### Work instruction
If a line holds the word "scale", copy it from the entries.

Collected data
+ + + +
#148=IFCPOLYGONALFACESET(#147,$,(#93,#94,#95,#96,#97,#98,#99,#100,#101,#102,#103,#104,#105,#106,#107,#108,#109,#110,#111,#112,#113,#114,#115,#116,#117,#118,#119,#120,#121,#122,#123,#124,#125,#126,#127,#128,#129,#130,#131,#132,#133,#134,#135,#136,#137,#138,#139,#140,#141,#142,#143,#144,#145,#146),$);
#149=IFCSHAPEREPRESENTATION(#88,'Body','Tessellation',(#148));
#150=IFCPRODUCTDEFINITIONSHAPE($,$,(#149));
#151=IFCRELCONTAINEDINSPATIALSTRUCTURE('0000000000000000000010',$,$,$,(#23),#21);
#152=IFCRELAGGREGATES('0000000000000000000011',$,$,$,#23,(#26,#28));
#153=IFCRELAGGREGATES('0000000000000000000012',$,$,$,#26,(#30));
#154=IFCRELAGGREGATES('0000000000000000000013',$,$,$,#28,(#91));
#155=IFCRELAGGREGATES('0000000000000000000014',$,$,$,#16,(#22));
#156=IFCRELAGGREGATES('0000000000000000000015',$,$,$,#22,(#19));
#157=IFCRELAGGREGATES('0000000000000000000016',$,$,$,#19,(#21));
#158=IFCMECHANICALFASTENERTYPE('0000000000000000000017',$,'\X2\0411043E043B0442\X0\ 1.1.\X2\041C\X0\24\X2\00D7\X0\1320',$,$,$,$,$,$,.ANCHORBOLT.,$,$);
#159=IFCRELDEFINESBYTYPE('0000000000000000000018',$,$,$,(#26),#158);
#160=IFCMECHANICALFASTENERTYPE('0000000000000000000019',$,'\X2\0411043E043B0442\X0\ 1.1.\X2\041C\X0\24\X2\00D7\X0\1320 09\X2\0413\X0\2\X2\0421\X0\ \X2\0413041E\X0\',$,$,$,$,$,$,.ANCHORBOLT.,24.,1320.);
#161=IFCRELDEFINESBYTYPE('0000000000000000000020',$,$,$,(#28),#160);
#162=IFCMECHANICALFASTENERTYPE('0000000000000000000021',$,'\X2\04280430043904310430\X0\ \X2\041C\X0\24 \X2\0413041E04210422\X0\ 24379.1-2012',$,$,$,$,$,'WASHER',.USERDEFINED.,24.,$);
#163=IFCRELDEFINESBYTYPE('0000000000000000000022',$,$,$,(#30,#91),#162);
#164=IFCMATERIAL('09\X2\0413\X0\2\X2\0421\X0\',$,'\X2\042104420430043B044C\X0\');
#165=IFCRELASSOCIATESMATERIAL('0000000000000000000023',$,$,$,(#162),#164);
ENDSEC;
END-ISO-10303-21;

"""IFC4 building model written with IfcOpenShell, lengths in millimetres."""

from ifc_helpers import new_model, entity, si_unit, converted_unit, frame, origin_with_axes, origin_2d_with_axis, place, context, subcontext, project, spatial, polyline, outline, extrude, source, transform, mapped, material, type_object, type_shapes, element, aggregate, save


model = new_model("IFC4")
+ + + +
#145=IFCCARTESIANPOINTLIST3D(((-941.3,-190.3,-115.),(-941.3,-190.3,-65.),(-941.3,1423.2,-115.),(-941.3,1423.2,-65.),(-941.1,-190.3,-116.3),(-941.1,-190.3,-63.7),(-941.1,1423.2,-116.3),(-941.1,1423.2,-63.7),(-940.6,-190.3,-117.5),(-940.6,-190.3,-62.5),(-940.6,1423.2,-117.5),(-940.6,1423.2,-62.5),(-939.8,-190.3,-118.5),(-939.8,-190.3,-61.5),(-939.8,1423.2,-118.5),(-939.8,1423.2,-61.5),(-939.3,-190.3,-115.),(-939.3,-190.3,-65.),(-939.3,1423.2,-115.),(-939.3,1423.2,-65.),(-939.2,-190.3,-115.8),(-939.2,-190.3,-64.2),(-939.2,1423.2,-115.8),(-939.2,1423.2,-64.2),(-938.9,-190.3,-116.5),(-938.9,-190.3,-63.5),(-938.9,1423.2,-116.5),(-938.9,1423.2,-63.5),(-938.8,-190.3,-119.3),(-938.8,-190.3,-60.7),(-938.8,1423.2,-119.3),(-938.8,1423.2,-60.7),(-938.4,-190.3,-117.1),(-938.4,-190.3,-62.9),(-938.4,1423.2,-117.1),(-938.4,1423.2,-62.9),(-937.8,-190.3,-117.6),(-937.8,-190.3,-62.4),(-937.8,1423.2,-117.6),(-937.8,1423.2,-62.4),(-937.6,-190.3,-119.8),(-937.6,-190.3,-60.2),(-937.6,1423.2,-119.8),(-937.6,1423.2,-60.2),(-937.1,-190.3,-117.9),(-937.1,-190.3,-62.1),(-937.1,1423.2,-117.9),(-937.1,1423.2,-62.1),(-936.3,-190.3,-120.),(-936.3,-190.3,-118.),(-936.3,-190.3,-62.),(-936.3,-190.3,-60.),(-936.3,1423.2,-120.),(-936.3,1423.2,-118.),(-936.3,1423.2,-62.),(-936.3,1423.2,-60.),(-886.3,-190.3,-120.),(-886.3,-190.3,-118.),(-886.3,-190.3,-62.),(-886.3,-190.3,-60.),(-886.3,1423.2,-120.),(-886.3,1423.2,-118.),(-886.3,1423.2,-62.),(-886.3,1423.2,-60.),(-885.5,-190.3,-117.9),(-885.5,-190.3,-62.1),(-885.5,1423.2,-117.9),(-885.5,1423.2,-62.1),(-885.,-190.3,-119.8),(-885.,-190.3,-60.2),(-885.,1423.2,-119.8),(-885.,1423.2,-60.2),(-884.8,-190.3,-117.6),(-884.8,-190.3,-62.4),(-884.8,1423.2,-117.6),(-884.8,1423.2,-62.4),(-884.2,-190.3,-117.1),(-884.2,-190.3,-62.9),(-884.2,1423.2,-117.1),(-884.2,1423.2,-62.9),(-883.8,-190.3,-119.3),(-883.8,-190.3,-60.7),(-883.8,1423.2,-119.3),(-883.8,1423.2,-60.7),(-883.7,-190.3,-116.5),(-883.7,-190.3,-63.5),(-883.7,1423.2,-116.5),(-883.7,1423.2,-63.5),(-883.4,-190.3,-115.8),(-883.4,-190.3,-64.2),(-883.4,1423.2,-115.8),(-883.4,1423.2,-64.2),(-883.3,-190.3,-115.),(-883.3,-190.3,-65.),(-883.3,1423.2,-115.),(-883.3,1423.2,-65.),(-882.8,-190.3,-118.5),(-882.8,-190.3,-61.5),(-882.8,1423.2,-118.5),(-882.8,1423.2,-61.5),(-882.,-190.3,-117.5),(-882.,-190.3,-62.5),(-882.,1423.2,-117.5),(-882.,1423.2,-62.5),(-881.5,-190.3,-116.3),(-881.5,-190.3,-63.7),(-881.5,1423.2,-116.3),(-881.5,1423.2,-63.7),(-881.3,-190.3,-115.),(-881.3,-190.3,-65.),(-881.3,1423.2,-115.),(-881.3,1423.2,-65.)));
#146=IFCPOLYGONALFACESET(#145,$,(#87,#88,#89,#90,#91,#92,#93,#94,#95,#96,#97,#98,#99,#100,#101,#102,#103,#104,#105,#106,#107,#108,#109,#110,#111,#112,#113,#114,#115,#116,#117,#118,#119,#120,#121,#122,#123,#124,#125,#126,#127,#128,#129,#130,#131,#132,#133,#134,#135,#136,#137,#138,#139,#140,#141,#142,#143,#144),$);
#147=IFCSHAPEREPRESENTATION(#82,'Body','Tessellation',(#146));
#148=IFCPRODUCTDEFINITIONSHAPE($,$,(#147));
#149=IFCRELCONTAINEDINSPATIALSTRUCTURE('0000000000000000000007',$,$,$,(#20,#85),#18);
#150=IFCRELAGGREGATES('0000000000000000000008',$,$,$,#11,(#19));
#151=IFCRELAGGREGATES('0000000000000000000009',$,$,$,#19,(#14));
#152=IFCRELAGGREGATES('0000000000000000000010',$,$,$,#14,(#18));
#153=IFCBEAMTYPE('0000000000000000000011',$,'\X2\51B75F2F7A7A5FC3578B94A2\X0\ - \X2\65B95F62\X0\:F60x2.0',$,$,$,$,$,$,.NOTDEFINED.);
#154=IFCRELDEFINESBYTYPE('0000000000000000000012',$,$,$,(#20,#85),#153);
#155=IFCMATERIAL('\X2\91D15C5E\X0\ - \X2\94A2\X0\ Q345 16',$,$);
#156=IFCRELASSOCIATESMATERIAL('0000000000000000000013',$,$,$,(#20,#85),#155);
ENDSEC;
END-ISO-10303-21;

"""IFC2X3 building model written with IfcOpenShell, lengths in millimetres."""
+ + + +
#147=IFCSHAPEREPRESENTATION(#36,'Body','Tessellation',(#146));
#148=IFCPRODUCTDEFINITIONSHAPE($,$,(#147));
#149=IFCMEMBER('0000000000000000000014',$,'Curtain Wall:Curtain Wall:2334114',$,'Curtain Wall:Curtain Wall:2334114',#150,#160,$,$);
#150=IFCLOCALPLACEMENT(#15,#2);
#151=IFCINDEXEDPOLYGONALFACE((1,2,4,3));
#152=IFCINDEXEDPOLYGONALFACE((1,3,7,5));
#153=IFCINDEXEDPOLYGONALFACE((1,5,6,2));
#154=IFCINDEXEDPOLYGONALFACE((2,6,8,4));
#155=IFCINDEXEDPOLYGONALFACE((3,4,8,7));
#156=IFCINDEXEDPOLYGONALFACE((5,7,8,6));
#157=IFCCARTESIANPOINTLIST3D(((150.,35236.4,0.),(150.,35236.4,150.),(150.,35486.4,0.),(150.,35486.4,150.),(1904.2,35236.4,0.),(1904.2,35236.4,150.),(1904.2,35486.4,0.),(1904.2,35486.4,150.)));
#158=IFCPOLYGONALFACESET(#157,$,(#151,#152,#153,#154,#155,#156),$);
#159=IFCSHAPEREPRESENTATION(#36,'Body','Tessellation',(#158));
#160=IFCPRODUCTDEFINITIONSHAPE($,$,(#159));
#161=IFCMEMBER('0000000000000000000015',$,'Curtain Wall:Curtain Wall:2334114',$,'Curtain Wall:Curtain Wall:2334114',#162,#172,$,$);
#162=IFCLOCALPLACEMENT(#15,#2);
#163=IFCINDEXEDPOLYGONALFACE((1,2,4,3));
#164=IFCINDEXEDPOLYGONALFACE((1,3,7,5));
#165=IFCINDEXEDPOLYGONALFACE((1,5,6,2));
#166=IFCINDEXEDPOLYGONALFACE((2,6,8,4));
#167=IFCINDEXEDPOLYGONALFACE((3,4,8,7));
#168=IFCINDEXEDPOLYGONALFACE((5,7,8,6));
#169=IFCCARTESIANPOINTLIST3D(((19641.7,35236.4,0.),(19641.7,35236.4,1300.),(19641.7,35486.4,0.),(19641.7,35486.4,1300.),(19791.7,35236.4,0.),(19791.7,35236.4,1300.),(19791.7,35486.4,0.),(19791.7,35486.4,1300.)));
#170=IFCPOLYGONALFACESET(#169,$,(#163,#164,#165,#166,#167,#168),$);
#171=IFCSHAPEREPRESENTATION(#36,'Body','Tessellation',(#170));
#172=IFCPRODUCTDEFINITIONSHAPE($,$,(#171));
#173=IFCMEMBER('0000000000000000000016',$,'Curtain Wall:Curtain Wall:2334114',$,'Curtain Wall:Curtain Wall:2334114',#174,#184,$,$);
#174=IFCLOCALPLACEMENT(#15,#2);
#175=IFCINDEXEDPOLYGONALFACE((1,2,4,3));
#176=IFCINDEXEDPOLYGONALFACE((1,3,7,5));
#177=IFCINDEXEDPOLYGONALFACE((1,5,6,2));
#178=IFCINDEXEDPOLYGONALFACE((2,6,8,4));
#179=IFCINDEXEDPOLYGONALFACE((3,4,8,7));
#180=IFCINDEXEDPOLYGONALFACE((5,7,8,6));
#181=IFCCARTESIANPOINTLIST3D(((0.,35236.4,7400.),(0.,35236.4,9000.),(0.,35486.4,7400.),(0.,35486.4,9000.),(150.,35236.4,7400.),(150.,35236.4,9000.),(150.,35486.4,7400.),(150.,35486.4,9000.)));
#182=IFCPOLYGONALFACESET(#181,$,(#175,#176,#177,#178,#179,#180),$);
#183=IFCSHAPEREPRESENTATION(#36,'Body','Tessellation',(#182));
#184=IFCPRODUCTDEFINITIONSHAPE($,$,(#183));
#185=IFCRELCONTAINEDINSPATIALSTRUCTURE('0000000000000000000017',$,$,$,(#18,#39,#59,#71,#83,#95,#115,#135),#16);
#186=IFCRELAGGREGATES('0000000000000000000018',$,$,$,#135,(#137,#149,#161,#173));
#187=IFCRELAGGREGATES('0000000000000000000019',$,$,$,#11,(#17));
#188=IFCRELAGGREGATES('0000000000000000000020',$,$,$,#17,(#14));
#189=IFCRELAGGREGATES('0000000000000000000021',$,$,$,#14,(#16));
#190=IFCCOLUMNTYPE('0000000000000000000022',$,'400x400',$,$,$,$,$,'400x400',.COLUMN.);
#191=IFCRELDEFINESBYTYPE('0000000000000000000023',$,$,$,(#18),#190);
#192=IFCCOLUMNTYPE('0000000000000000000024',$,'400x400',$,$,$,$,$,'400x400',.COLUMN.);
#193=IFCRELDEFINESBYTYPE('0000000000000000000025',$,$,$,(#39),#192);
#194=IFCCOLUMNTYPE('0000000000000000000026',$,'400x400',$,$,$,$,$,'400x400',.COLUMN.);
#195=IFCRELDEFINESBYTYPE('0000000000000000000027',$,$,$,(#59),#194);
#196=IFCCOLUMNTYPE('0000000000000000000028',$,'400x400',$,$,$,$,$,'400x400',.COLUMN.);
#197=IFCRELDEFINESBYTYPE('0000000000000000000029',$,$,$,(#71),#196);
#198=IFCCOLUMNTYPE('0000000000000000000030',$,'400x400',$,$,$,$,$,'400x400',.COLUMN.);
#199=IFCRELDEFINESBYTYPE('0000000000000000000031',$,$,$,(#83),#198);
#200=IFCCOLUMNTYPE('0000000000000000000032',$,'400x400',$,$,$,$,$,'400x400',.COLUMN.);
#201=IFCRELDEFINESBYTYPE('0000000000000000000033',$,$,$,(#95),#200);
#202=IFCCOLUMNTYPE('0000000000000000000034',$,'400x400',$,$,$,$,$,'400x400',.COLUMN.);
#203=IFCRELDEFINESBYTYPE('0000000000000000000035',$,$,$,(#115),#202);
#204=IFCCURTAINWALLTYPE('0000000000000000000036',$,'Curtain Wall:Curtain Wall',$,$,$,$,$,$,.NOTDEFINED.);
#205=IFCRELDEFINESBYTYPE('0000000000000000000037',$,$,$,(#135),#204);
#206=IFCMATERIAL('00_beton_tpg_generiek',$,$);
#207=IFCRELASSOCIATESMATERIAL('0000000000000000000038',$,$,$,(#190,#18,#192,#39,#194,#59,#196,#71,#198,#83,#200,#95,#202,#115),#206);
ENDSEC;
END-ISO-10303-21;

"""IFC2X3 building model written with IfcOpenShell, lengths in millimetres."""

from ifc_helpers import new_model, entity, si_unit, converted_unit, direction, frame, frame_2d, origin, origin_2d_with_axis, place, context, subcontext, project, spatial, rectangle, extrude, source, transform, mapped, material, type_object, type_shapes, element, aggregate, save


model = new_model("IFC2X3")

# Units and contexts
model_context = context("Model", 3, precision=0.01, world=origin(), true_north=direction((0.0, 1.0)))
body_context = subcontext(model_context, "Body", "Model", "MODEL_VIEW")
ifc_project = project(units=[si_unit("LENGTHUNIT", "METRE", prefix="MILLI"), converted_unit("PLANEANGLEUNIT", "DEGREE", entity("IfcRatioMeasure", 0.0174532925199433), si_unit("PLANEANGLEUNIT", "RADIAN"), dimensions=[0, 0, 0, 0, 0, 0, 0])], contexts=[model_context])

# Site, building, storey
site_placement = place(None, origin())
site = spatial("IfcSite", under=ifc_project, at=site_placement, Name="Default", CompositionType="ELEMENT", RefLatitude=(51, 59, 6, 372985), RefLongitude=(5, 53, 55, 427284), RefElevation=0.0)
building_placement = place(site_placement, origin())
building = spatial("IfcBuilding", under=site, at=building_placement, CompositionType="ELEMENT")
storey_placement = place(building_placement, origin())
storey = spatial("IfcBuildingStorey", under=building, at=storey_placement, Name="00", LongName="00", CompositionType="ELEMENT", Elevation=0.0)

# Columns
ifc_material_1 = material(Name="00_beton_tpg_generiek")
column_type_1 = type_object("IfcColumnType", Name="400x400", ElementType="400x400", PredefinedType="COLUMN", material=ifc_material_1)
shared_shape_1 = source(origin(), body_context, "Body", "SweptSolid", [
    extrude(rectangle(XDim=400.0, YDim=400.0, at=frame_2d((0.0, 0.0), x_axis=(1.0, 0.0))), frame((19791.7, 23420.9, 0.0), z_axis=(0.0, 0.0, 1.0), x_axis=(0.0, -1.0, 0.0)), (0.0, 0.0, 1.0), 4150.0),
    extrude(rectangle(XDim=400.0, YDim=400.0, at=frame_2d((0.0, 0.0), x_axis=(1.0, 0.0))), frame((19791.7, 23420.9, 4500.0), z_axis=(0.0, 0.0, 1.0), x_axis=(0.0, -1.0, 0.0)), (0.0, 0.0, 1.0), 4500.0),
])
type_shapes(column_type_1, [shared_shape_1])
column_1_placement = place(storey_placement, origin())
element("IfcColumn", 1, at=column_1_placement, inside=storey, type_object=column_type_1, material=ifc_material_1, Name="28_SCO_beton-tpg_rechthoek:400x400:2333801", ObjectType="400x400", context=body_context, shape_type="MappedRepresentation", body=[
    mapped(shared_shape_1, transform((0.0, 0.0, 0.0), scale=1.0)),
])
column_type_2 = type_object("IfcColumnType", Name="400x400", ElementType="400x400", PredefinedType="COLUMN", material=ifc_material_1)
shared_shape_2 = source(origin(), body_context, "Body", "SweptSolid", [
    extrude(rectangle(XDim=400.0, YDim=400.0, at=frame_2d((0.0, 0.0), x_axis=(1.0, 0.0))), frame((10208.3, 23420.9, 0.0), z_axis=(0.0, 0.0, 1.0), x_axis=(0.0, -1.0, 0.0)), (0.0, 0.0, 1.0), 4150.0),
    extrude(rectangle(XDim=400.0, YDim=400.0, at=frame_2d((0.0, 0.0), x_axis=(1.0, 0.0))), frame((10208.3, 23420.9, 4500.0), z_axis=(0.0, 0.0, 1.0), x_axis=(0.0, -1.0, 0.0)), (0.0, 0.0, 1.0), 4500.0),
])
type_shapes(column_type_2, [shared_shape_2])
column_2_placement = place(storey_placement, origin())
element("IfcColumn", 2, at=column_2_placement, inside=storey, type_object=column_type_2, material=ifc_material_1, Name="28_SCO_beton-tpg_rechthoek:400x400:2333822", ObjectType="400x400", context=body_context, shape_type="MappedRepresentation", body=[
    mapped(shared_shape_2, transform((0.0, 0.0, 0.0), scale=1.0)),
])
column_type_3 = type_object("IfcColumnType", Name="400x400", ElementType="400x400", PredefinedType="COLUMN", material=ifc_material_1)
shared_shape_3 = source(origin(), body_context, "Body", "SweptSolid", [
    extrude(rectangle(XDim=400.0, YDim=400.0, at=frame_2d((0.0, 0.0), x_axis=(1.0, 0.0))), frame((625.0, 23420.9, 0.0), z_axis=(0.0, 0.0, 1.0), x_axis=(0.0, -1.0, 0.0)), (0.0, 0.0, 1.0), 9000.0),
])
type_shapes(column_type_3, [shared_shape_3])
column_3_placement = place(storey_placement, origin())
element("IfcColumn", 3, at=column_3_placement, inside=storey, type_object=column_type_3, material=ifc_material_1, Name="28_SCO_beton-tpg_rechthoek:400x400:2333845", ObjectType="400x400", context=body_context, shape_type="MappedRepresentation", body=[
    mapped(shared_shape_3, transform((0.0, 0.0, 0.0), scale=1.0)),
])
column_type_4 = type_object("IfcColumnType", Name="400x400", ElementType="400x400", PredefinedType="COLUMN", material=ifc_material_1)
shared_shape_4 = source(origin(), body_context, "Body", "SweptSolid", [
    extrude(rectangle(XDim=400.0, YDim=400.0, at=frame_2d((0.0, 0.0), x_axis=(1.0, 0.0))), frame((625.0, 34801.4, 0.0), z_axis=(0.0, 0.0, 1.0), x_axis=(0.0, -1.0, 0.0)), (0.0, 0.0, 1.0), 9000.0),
+ + + +
### Answer section
    mapped(shared_shape_1, transform((0.0, 0.0, 0.0), scale=1.0)),
    mapped(shared_shape_2, transform((0.0, 0.0, 0.0), scale=1.0)),
    mapped(shared_shape_3, transform((0.0, 0.0, 0.0), scale=1.0)),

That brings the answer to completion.